The assessment came as the US stays locked in a high-stakes quantum arms race with China, driven by a geopolitical rivalry touching on tech supremacy, economic dominance and national-security concerns.
By leveraging the principles of quantum mechanics and the physics of subatomic particles, quantum technologies could be used to develop advanced capabilities in computing, communication and sensing. They could also be applied for military use.
While the US is considered the world leader in quantum computing, China dominates the field of quantum communication and roughly matches the US in the field of quantum sensing, according to the Information Technology and Innovation Foundation, another Washington-based think tank.
This has raised worries in Washington and among its allies that their sophisticated encryption could be cracked by Beijing.
Last week, four US senators introduced bipartisan legislation looking to authorise US$2.7 billion in federal funding to accelerate quantum research and development at federal-science agencies for the next five years.
The National Quantum Initiative Reauthorisation Act would focus on advancing practical applications in quantum science while expanding the scope of the original law signed in 2018 during the Donald Trump administration.
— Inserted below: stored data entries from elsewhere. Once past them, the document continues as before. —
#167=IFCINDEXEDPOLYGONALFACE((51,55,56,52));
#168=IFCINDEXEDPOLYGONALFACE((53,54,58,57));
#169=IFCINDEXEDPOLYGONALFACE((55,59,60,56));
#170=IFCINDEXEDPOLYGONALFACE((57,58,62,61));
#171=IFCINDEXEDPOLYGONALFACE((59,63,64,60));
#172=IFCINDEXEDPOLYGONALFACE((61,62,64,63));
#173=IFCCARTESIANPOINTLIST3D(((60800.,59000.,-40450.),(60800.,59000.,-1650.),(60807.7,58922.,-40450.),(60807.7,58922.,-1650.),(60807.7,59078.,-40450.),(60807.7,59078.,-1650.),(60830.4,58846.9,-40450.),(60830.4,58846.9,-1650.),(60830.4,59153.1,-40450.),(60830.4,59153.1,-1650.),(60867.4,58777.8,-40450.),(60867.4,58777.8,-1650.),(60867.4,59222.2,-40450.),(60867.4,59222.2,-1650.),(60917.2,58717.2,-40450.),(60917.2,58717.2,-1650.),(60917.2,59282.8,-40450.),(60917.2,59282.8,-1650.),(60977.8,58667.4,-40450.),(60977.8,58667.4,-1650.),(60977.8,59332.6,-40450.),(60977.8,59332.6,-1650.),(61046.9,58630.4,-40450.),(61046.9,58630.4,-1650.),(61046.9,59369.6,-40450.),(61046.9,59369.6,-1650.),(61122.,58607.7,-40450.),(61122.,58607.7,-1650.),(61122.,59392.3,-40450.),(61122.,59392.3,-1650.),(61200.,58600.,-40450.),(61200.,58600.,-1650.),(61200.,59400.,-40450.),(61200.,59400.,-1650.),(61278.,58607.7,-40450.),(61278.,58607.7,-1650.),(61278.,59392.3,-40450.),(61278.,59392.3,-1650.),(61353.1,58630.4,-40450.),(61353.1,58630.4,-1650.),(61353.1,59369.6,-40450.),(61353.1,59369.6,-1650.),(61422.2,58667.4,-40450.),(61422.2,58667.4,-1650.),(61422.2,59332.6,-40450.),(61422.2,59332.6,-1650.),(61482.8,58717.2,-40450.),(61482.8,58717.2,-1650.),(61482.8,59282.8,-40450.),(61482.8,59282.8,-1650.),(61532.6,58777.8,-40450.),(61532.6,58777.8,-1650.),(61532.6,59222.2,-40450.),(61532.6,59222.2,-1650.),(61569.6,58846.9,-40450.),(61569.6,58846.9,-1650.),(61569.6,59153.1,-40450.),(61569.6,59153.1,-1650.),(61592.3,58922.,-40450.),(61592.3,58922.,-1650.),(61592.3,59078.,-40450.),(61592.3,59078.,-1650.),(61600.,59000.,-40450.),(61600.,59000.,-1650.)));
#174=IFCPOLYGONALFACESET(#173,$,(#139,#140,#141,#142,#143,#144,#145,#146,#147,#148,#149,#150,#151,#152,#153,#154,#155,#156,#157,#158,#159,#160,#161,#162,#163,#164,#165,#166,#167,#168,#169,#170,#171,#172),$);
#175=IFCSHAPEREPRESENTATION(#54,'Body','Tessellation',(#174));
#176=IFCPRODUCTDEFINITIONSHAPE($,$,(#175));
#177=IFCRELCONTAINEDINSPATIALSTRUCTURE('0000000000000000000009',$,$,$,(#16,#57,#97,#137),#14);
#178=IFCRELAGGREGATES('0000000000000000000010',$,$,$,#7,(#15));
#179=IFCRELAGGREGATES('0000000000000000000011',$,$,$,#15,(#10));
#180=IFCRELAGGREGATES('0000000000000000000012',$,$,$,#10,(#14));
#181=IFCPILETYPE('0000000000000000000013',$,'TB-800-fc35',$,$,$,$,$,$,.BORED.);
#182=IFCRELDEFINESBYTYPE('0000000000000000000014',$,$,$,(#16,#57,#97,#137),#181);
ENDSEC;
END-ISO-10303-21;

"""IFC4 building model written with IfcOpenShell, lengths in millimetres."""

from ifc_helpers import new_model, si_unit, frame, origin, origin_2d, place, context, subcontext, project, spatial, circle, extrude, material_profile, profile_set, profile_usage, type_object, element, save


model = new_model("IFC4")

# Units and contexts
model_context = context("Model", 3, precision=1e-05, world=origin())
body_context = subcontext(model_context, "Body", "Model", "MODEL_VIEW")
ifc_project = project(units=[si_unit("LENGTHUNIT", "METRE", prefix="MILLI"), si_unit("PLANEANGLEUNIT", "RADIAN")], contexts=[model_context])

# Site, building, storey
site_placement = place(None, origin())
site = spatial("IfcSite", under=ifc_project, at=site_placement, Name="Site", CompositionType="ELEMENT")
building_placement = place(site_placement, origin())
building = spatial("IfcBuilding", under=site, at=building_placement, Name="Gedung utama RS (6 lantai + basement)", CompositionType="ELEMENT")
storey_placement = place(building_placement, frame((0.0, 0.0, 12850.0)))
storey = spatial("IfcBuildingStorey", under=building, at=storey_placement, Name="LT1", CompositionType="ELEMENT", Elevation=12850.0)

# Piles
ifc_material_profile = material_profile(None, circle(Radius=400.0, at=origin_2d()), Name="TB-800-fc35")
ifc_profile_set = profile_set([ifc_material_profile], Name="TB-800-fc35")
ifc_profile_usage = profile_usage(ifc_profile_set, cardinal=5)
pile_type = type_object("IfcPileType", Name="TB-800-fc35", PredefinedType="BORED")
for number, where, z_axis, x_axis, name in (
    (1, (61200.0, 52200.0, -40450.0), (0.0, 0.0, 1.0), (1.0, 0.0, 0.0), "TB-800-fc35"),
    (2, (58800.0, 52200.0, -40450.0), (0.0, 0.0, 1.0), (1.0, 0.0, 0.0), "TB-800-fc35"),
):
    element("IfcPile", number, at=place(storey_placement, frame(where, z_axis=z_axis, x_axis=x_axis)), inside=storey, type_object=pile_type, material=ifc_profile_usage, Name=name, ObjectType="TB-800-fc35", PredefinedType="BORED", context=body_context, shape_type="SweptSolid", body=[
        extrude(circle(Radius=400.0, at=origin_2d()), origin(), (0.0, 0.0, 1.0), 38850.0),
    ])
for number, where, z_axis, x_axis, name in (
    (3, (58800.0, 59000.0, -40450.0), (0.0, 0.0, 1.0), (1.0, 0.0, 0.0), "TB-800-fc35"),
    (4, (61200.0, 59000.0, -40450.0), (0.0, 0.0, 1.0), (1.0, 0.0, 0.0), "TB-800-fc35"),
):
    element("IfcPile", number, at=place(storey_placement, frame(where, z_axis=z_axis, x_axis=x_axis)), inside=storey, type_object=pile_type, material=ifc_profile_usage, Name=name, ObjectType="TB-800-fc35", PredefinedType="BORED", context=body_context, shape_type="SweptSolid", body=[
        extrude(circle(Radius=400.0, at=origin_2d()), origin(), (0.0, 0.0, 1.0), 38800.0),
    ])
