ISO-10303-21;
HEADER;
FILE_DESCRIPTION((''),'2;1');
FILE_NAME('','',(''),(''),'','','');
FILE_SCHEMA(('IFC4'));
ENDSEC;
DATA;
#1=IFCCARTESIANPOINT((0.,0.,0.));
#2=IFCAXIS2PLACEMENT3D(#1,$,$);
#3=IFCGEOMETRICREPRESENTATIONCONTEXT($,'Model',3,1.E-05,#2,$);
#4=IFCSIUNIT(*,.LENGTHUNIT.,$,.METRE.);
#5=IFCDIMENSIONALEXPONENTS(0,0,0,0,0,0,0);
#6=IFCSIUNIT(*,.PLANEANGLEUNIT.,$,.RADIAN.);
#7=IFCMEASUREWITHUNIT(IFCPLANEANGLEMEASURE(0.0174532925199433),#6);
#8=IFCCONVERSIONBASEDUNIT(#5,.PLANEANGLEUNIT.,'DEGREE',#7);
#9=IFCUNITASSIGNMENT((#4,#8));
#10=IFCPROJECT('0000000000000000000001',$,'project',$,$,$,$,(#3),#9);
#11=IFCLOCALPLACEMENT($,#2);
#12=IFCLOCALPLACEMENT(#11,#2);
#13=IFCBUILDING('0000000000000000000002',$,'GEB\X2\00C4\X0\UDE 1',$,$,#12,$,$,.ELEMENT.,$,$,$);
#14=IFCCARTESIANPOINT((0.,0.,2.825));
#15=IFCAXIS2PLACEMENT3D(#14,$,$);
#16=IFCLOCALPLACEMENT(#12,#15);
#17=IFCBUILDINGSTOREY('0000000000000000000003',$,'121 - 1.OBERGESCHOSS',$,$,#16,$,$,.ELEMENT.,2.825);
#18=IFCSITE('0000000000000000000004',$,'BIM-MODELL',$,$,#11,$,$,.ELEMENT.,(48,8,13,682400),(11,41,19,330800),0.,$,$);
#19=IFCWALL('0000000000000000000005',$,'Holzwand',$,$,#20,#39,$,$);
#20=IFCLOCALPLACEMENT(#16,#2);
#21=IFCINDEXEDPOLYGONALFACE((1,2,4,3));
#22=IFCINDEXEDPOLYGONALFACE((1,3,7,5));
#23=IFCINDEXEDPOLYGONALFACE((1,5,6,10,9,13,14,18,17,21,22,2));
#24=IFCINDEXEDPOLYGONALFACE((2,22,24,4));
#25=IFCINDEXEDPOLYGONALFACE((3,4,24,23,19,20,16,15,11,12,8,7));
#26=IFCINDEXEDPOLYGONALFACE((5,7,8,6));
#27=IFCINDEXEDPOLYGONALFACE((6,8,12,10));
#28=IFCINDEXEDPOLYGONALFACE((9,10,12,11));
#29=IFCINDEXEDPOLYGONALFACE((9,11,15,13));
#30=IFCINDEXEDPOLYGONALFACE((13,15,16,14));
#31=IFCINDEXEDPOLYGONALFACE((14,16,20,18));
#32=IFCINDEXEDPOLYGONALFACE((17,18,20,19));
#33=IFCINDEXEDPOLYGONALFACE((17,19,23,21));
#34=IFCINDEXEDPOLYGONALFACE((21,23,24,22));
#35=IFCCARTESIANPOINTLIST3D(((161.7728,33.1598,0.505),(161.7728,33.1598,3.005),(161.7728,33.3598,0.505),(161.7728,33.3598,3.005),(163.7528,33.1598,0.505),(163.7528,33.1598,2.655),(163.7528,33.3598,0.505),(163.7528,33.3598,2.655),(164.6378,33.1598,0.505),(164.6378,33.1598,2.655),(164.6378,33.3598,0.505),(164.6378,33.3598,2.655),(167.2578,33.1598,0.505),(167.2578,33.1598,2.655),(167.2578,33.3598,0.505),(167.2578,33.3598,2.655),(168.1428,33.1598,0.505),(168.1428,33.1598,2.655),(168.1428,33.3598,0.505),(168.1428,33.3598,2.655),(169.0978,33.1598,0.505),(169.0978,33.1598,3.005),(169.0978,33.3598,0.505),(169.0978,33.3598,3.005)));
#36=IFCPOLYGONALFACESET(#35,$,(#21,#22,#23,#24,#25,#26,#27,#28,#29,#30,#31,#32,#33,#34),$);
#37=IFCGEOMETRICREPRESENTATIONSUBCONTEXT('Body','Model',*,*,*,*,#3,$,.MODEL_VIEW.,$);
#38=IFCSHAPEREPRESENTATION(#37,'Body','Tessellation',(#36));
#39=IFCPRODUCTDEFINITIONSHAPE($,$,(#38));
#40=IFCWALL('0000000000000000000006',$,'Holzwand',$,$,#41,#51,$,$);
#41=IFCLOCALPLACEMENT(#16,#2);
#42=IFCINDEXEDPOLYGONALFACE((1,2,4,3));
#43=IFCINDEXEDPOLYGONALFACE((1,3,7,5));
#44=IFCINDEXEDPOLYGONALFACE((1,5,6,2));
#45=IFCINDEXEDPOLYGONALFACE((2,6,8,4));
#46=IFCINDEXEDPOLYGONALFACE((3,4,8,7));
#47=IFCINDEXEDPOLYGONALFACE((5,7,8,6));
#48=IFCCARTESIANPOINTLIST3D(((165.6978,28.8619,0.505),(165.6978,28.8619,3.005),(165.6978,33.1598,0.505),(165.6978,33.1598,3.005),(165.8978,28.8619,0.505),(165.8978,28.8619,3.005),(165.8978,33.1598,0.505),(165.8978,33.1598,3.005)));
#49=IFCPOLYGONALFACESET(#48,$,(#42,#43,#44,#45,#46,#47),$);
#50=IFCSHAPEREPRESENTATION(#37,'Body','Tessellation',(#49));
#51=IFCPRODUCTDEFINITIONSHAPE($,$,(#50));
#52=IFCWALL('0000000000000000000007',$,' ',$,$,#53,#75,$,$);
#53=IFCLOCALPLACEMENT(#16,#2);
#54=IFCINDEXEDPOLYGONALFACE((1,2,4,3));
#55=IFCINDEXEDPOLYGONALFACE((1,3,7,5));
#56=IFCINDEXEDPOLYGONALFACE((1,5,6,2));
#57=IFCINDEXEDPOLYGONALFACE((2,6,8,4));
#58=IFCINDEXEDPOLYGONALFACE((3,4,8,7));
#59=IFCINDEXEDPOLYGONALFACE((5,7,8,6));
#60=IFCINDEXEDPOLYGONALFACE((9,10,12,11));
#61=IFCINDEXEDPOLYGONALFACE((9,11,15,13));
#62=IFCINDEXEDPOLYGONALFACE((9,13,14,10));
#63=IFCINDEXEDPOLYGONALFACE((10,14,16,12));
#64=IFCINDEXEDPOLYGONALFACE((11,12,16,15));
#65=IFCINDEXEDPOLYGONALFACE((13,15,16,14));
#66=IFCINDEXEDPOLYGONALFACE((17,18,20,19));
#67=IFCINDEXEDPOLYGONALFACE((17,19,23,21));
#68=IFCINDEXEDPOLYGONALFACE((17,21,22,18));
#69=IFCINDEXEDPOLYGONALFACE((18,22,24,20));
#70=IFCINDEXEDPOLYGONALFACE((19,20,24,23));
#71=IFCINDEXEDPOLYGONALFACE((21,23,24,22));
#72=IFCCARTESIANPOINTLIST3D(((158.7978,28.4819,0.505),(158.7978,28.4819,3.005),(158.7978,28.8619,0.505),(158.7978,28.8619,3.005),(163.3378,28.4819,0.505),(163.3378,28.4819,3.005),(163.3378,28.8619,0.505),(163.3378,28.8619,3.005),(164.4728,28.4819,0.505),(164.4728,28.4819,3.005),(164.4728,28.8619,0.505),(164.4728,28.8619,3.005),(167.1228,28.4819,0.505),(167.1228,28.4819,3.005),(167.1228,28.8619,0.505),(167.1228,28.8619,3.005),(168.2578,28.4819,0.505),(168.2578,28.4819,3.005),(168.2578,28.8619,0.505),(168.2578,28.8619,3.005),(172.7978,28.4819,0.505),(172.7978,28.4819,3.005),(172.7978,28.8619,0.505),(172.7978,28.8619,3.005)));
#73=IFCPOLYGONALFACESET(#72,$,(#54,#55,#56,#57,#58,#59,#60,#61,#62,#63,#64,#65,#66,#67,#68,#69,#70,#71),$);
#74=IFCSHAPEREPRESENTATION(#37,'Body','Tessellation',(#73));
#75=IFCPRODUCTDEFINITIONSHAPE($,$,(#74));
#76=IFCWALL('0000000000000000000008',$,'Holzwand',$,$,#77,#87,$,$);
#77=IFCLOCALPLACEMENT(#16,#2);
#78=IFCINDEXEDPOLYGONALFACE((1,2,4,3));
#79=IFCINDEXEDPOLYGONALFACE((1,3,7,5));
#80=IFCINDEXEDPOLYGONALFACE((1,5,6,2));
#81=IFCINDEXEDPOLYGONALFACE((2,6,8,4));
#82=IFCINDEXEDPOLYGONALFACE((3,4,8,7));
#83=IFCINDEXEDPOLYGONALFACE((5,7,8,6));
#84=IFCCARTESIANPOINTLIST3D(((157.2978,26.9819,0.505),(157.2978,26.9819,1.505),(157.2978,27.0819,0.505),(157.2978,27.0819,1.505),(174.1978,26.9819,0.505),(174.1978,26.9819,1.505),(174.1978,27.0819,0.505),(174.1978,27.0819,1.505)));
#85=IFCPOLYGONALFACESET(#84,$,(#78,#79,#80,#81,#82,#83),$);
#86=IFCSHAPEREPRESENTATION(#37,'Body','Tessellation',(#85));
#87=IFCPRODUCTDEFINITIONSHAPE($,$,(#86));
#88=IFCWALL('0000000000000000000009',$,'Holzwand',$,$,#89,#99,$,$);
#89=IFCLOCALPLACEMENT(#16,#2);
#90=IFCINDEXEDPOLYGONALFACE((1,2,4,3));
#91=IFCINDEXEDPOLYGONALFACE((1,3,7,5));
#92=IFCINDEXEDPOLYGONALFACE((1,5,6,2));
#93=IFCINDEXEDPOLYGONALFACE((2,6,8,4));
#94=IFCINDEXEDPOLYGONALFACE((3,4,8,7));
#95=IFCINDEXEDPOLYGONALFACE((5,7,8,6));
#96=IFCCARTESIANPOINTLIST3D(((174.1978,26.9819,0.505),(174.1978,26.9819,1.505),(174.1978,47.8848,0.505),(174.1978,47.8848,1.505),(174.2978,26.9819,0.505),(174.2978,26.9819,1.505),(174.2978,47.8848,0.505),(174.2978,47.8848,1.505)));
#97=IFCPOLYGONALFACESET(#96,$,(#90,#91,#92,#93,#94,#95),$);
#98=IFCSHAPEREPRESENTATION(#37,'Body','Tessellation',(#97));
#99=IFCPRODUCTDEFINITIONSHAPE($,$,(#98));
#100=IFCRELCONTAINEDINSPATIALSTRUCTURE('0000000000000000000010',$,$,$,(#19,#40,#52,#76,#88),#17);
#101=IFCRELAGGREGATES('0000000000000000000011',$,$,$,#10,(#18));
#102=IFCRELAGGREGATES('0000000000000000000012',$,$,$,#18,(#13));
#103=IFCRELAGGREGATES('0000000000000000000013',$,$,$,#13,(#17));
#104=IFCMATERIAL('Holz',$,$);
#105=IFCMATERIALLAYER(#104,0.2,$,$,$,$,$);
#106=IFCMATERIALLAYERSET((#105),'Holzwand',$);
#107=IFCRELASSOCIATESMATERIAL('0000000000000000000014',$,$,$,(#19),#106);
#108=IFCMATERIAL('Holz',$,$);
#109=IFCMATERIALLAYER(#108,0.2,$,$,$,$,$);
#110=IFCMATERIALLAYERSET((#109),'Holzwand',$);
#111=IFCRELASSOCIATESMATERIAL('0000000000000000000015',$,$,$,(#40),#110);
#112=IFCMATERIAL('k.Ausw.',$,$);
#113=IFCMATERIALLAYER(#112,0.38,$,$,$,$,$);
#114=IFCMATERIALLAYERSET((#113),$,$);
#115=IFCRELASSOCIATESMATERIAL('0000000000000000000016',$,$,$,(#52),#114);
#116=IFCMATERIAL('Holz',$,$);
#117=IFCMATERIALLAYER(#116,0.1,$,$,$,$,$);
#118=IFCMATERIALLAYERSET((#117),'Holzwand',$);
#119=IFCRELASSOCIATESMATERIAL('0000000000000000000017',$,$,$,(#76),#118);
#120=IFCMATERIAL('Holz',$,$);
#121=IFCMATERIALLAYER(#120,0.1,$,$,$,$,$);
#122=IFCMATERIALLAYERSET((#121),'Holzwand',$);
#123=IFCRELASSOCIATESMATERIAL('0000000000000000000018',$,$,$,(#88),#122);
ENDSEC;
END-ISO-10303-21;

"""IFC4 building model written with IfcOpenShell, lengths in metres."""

from ifc_helpers import new_model, entity, si_unit, converted_unit, frame, frame_2d, origin, origin_with_axes, place, context, subcontext, project, spatial, polyline, rectangle, outline, extrude, material, layer, layer_set, layer_usage, element, save


model = new_model("IFC4")

# Units and contexts
model_context = context("Model", 3, precision=1e-05, world=origin())
body_context = subcontext(model_context, "Body", "Model", "MODEL_VIEW")
ifc_project = project(units=[si_unit("LENGTHUNIT", "METRE"), converted_unit("PLANEANGLEUNIT", "DEGREE", entity("IfcPlaneAngleMeasure", 0.0174532925199433), si_unit("PLANEANGLEUNIT", "RADIAN"), dimensions=[0, 0, 0, 0, 0, 0, 0])], contexts=[model_context])

# Site, building, storey
site_placement = place(None, origin())
site = spatial("IfcSite", under=ifc_project, at=site_placement, Name="BIM-MODELL", CompositionType="ELEMENT", RefLatitude=(48, 8, 13, 682400), RefLongitude=(11, 41, 19, 330800), RefElevation=0.0)
building_placement = place(site_placement, origin())
building = spatial("IfcBuilding", under=site, at=building_placement, Name="GEBÄUDE 1", CompositionType="ELEMENT")
storey_placement = place(building_placement, frame((0.0, 0.0, 2.825)))
storey = spatial("IfcBuildingStorey", under=building, at=storey_placement, Name="121 - 1.OBERGESCHOSS", CompositionType="ELEMENT", Elevation=2.825)

# Wall, openings
ifc_material_1 = material(Name="Holz")
ifc_layer_1 = layer(ifc_material_1, 0.2)
ifc_layer_set_1 = layer_set([ifc_layer_1], Name="Holzwand")
ifc_layer_usage_1 = layer_usage(ifc_layer_set_1, "AXIS2", "POSITIVE", 0.0)
wall_1_placement = place(storey_placement, frame((169.0978, 33.3598, 0.505), z_axis=(0.0, 0.0, 1.0), x_axis=(-1.0, 0.0, 0.0)))
wall_1 = element("IfcWall", 1, at=wall_1_placement, inside=storey, material=ifc_layer_usage_1, Name="Holzwand", context=body_context, shape_type="SweptSolid", body=[
    extrude(rectangle(XDim=7.325, YDim=0.2, at=frame_2d((3.6625, 0.1), x_axis=(1.0, 0.0))), origin_with_axes(), (0.0, 0.0, 1.0), 2.5),
])
opening_1_placement = place(wall_1_placement, frame((0.955, 0.0, -0.15), z_axis=(0.0, 1.0, 0.0), x_axis=(0.0, 0.0, 1.0)))
element("IfcOpeningElement", 2, at=opening_1_placement, cuts=wall_1, ObjectType="Opening", context=body_context, shape_type="SweptSolid", body=[
    extrude(outline(polyline([(0.0, 0.885), (2.3, 0.885), (2.3, 0.0), (0.0, 0.0), (0.0, 0.885)])), origin_with_axes(), (0.0, 0.0, 1.0), 0.2),
])
opening_2_placement = place(wall_1_placement, frame((4.46, 0.0, -0.15), z_axis=(0.0, 1.0, 0.0), x_axis=(0.0, 0.0, 1.0)))
element("IfcOpeningElement", 3, at=opening_2_placement, cuts=wall_1, ObjectType="Opening", context=body_context, shape_type="SweptSolid", body=[
    extrude(outline(polyline([(0.0, 0.885), (2.3, 0.885), (2.3, 0.0), (0.0, 0.0), (0.0, 0.885)])), origin_with_axes(), (0.0, 0.0, 1.0), 0.2),
])

# Wall
ifc_material_2 = material(Name="Holz")
ifc_layer_2 = layer(ifc_material_2, 0.2)
ifc_layer_set_2 = layer_set([ifc_layer_2], Name="Holzwand")
ifc_layer_usage_2 = layer_usage(ifc_layer_set_2, "AXIS2", "POSITIVE", 0.0)
wall_2_placement = place(storey_placement, frame((165.6978, 33.1598, 0.505), z_axis=(0.0, 0.0, 1.0), x_axis=(0.0, -1.0, 0.0)))
element("IfcWall", 4, at=wall_2_placement, inside=storey, material=ifc_layer_usage_2, Name="Holzwand", context=body_context, shape_type="SweptSolid", body=[
    extrude(rectangle(XDim=4.2979, YDim=0.2, at=frame_2d((2.1489, 0.1), x_axis=(1.0, 0.0))), origin_with_axes(), (0.0, 0.0, 1.0), 2.5),
])

# Wall, openings
ifc_material_3 = material(Name="k.Ausw.")
ifc_layer_3 = layer(ifc_material_3, 0.38)
ifc_layer_set_3 = layer_set([ifc_layer_3])
ifc_layer_usage_3 = layer_usage(ifc_layer_set_3, "AXIS2", "POSITIVE", 0.0)
wall_3_placement = place(storey_placement, frame((158.7978, 28.4819, 0.505), z_axis=(0.0, 0.0, 1.0), x_axis=(1.0, 0.0, 0.0)))
wall_3 = element("IfcWall", 5, at=wall_3_placement, inside=storey, material=ifc_layer_usage_3, Name=" ", context=body_context, shape_type="SweptSolid", body=[
    extrude(rectangle(XDim=14.0, YDim=0.38, at=frame_2d((7.0, 0.19), x_axis=(1.0, 0.0))), origin_with_axes(), (0.0, 0.0, 1.0), 2.5),
])
opening_3_placement = place(wall_3_placement, frame((9.46, 0.38, 0.0), z_axis=(0.0, -1.0, 0.0), x_axis=(0.0, 0.0, 1.0)))
element("IfcOpeningElement", 6, at=opening_3_placement, cuts=wall_3, ObjectType="Opening", context=body_context, shape_type="SweptSolid", body=[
It expired in September 2023.
In addition, the bill would include funding for new quantum research centres and workforce development hubs while allowing the programme to be continued through 2034.
Speaking at the same discussion on Monday, Ryan McKenney of Quantinuum, a Colorado-headquartered company that develops quantum-computing solutions, believed more should be done to retain the quantum talents in the US.
That could include proposals to lower qualifications for extraordinary-ability visas that used to require individuals be recipients of major internationally recognised awards like the Nobel Prize.
Even as Trump is expected to take a tough stance on US immigration policy when he takes office in January, some reform was merited to better balance national-security concerns with retaining scarce quantum talents, McKenney said.
“You don’t want quantum to just be a national-security issue,” he added.
“By highlighting the very clear national-security issues related to China, related to the encryption race, it can be easier to push something like immigration reform, at least in that narrow sense, for [the] quantum workforce.”